### [Task]
Print, exactly as written, every line from the first line of the records below through the line containing "#185=IFCPRODUCTDEFINITIONSHAPE($,$,(#184));", and nothing further.

### [Dataset content]
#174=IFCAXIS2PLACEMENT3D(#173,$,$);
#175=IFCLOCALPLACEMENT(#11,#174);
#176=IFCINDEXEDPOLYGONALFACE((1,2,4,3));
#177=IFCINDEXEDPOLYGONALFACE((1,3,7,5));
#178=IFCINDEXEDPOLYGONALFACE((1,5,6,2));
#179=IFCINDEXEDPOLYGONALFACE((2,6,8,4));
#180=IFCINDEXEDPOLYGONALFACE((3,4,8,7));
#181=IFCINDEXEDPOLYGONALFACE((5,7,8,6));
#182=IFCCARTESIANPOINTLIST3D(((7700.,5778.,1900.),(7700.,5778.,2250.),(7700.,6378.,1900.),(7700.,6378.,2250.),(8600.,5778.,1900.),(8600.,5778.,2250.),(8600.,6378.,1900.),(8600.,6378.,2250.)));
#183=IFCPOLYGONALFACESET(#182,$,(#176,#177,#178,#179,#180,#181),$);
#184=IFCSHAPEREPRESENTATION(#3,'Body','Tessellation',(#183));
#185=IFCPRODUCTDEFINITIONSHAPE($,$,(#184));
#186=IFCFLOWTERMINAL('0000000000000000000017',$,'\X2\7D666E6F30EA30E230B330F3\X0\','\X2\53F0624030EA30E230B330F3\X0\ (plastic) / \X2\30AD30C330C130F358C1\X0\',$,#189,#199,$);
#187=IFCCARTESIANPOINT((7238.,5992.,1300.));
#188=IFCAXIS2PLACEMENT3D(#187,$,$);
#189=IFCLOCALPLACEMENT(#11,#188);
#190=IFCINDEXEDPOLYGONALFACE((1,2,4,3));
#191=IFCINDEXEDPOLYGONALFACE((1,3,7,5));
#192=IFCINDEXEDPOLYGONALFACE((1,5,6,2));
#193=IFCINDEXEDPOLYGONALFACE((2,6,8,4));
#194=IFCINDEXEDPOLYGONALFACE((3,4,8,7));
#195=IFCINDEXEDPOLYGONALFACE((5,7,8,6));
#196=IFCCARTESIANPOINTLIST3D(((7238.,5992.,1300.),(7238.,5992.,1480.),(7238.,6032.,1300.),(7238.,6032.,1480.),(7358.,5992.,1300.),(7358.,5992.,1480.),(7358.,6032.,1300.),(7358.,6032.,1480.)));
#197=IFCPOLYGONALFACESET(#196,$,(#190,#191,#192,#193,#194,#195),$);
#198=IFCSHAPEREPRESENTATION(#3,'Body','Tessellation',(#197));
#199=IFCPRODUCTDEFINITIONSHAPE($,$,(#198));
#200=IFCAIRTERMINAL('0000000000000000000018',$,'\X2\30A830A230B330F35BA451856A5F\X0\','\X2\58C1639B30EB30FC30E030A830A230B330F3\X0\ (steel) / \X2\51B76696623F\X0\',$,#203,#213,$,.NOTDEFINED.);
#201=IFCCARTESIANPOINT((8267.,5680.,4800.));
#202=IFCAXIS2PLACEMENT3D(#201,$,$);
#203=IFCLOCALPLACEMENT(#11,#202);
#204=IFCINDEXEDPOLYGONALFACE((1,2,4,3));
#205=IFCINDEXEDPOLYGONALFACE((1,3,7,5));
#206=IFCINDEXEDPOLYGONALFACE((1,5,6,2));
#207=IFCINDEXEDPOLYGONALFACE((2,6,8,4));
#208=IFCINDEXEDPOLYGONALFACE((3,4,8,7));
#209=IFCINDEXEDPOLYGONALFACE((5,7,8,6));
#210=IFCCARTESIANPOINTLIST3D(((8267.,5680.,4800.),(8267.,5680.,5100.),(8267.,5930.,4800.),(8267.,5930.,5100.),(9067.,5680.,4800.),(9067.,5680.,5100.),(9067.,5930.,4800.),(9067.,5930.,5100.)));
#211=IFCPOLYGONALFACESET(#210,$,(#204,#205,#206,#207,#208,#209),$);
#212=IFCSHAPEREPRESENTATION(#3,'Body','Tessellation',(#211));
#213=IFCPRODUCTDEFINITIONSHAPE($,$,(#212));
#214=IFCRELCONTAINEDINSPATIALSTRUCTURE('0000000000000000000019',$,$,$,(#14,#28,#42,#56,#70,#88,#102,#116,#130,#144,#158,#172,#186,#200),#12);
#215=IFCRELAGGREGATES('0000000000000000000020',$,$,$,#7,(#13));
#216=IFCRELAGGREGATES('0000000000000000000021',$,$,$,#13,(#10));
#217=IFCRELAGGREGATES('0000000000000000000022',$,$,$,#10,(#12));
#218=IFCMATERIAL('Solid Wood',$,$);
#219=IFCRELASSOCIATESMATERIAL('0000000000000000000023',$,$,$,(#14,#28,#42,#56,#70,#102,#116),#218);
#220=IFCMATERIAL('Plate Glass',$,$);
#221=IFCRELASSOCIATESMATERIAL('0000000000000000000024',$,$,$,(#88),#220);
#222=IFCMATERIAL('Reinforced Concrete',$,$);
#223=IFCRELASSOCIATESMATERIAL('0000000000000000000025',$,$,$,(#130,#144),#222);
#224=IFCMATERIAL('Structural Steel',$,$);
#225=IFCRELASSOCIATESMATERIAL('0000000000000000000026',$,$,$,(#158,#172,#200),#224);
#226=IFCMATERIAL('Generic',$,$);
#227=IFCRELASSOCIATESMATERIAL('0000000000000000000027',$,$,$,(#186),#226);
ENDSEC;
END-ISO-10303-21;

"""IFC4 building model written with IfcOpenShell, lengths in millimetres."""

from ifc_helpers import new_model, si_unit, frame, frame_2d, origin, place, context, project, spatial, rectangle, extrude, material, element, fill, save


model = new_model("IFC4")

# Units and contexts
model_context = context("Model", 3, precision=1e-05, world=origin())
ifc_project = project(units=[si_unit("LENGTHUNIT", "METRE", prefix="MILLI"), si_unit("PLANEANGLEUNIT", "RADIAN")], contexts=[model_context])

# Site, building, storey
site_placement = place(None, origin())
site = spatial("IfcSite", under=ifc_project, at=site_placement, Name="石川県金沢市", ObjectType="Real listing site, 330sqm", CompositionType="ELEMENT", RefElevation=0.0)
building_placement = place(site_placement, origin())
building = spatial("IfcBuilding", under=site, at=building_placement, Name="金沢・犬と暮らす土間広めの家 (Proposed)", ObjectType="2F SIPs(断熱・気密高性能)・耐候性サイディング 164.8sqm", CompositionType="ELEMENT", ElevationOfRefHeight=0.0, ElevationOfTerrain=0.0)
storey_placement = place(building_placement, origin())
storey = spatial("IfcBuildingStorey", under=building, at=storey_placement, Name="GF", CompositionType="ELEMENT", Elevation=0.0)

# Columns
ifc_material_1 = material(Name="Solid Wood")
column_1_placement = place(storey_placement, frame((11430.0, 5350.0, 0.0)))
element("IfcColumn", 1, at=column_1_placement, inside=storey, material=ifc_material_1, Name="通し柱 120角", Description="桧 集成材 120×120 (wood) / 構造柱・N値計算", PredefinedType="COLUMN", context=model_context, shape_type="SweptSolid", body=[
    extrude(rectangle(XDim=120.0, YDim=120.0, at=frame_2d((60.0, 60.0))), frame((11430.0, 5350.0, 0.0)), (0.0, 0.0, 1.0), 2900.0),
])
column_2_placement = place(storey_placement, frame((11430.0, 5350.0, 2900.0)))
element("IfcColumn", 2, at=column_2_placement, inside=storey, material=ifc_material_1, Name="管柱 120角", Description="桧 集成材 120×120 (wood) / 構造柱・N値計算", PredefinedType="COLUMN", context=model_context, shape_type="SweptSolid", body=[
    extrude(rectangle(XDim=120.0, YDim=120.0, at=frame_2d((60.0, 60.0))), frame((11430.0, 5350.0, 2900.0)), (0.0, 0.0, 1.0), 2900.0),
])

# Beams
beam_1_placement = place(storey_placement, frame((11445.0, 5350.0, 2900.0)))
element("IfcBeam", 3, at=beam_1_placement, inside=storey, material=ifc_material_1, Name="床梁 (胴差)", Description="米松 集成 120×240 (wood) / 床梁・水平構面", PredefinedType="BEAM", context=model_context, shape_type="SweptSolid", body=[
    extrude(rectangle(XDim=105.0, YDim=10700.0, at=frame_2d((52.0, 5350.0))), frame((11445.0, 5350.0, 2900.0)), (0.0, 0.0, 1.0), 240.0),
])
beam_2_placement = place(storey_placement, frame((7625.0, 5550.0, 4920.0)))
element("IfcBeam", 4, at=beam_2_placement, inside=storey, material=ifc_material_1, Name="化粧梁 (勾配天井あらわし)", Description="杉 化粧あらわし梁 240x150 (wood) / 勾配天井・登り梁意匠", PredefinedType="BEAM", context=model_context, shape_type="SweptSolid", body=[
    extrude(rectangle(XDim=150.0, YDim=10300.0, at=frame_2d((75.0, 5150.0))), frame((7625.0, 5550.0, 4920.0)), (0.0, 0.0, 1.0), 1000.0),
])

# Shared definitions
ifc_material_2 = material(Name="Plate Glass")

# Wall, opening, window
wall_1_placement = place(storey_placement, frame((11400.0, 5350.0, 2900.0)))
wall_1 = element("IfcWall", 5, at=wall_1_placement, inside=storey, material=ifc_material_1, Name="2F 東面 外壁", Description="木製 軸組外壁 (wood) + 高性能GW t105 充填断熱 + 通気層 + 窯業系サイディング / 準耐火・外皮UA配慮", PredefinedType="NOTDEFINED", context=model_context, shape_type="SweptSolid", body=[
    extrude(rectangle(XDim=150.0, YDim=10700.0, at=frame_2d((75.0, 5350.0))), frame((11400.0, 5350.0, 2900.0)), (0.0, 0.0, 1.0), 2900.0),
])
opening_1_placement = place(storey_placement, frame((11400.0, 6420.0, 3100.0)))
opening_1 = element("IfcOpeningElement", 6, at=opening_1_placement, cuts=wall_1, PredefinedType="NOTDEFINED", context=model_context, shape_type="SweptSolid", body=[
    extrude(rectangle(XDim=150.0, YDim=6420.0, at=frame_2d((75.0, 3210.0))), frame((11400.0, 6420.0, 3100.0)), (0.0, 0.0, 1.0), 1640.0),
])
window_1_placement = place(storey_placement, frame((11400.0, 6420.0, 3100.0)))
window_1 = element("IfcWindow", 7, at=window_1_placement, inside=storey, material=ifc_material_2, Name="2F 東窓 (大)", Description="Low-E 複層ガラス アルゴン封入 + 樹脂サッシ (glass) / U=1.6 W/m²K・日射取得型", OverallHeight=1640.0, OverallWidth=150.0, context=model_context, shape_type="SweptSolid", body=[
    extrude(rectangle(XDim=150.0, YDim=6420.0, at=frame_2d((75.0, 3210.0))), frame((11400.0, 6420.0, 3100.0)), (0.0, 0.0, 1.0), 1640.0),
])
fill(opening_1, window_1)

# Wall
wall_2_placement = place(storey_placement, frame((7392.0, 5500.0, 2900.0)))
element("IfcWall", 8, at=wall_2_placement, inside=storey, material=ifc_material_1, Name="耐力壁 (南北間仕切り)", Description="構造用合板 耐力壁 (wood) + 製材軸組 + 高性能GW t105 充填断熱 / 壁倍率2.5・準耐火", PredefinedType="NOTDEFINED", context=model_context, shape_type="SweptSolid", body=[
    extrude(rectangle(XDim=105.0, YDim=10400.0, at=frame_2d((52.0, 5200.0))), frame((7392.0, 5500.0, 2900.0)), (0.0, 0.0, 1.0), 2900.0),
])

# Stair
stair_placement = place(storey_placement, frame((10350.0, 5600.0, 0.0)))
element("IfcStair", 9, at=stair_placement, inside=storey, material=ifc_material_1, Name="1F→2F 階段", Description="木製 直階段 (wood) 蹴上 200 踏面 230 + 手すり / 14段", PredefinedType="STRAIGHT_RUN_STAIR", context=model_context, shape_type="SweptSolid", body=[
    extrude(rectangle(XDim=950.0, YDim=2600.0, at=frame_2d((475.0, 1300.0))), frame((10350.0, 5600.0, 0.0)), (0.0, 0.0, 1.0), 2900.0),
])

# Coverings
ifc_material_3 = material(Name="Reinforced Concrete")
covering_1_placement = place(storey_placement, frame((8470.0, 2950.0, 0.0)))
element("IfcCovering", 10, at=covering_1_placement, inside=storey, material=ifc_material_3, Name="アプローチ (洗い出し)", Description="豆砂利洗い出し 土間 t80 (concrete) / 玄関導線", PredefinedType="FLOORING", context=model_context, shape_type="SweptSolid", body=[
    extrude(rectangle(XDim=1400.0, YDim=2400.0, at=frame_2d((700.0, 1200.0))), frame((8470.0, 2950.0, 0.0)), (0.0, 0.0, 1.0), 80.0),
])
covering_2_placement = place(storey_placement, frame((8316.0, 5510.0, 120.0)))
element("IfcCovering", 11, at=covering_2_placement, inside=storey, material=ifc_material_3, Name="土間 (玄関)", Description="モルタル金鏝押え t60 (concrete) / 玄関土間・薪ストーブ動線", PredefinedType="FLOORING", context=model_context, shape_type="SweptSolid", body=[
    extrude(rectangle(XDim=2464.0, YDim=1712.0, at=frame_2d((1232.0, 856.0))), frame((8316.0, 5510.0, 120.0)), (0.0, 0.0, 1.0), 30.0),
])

### [Answer box]
#174=IFCAXIS2PLACEMENT3D(#173,$,$);
#175=IFCLOCALPLACEMENT(#11,#174);
#176=IFCINDEXEDPOLYGONALFACE((1,2,4,3));
#177=IFCINDEXEDPOLYGONALFACE((1,3,7,5));
#178=IFCINDEXEDPOLYGONALFACE((1,5,6,2));
#179=IFCINDEXEDPOLYGONALFACE((2,6,8,4));
#180=IFCINDEXEDPOLYGONALFACE((3,4,8,7));
#181=IFCINDEXEDPOLYGONALFACE((5,7,8,6));
#182=IFCCARTESIANPOINTLIST3D(((7700.,5778.,1900.),(7700.,5778.,2250.),(7700.,6378.,1900.),(7700.,6378.,2250.),(8600.,5778.,1900.),(8600.,5778.,2250.),(8600.,6378.,1900.),(8600.,6378.,2250.)));
#183=IFCPOLYGONALFACESET(#182,$,(#176,#177,#178,#179,#180,#181),$);
#184=IFCSHAPEREPRESENTATION(#3,'Body','Tessellation',(#183));
#185=IFCPRODUCTDEFINITIONSHAPE($,$,(#184));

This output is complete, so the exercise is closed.